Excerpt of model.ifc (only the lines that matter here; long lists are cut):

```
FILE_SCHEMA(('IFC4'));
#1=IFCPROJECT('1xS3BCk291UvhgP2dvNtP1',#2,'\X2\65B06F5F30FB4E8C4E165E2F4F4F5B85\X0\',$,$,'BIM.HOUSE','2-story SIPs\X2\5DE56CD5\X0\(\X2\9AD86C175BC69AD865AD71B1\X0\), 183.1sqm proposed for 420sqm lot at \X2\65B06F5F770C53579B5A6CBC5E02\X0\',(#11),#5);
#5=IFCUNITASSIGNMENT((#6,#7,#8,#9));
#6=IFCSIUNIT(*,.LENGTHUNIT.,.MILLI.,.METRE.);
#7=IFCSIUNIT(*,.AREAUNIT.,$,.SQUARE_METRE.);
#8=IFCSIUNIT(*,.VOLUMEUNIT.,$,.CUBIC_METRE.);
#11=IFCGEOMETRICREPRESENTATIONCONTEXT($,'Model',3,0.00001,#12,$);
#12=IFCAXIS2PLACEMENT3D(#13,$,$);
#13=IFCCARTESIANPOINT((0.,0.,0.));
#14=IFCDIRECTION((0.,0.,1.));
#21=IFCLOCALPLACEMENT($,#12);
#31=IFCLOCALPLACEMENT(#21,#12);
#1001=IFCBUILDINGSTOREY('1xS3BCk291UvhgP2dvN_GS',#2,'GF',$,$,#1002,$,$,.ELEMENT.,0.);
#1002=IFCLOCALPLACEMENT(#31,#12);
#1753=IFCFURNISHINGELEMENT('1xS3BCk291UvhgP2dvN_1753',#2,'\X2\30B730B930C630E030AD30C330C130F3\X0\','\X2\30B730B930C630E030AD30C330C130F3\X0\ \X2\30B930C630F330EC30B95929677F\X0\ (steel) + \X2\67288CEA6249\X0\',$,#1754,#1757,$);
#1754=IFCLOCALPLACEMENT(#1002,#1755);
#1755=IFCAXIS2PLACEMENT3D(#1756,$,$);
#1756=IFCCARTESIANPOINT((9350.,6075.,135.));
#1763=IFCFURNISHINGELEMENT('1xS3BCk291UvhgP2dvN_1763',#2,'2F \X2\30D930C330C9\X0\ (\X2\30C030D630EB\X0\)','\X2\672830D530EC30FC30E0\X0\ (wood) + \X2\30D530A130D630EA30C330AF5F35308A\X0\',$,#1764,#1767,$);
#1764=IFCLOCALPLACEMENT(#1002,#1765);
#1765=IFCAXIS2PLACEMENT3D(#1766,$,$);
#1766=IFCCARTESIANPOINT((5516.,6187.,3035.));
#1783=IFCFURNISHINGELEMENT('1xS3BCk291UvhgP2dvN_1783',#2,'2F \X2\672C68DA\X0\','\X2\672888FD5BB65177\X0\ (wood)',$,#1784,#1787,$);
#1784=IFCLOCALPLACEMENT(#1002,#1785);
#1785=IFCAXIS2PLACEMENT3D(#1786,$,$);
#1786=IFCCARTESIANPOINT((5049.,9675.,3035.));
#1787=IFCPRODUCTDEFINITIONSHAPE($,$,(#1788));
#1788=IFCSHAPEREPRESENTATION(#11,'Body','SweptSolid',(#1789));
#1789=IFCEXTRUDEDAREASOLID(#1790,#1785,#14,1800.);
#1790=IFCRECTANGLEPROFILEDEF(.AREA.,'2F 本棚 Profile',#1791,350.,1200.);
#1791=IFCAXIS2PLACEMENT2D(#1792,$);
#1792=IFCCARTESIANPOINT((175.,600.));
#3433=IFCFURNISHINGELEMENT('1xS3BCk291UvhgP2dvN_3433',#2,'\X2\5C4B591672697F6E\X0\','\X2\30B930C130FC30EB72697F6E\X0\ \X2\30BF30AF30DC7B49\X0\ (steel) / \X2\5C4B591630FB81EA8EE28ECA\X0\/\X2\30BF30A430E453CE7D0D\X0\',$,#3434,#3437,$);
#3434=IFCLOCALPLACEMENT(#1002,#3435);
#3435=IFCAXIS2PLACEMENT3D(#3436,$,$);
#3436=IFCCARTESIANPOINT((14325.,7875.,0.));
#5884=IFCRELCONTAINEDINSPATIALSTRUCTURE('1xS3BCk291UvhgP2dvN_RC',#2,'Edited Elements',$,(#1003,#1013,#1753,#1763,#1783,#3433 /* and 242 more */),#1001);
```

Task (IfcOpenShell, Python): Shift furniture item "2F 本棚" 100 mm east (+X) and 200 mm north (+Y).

```python
import ifcopenshell
import ifcopenshell.api.geometry
import ifcopenshell.util.placement

model = ifcopenshell.open("model.ifc")

item = model.by_id(1783)
matrix = ifcopenshell.util.placement.get_local_placement(item.ObjectPlacement)
matrix[0, 3] += 100.0
matrix[1, 3] += 200.0
ifcopenshell.api.geometry.edit_object_placement(model, product=item, matrix=matrix, is_si=False)

print(ifcopenshell.util.placement.get_local_placement(item.ObjectPlacement).round(3) + 0.0)

model.write("model_rev.ifc")
```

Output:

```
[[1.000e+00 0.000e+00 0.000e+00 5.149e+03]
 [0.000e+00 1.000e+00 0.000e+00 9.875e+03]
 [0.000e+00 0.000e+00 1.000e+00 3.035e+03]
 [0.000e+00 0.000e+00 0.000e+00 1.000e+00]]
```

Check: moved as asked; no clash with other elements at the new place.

** Task instructions **
The answer should consist of all lines from the records above that hold the word "IFCSIUNIT".

** Solution for this exercise **
#6=IFCSIUNIT(*,.LENGTHUNIT.,.MILLI.,.METRE.);
#7=IFCSIUNIT(*,.AREAUNIT.,$,.SQUARE_METRE.);
#8=IFCSIUNIT(*,.VOLUMEUNIT.,$,.CUBIC_METRE.);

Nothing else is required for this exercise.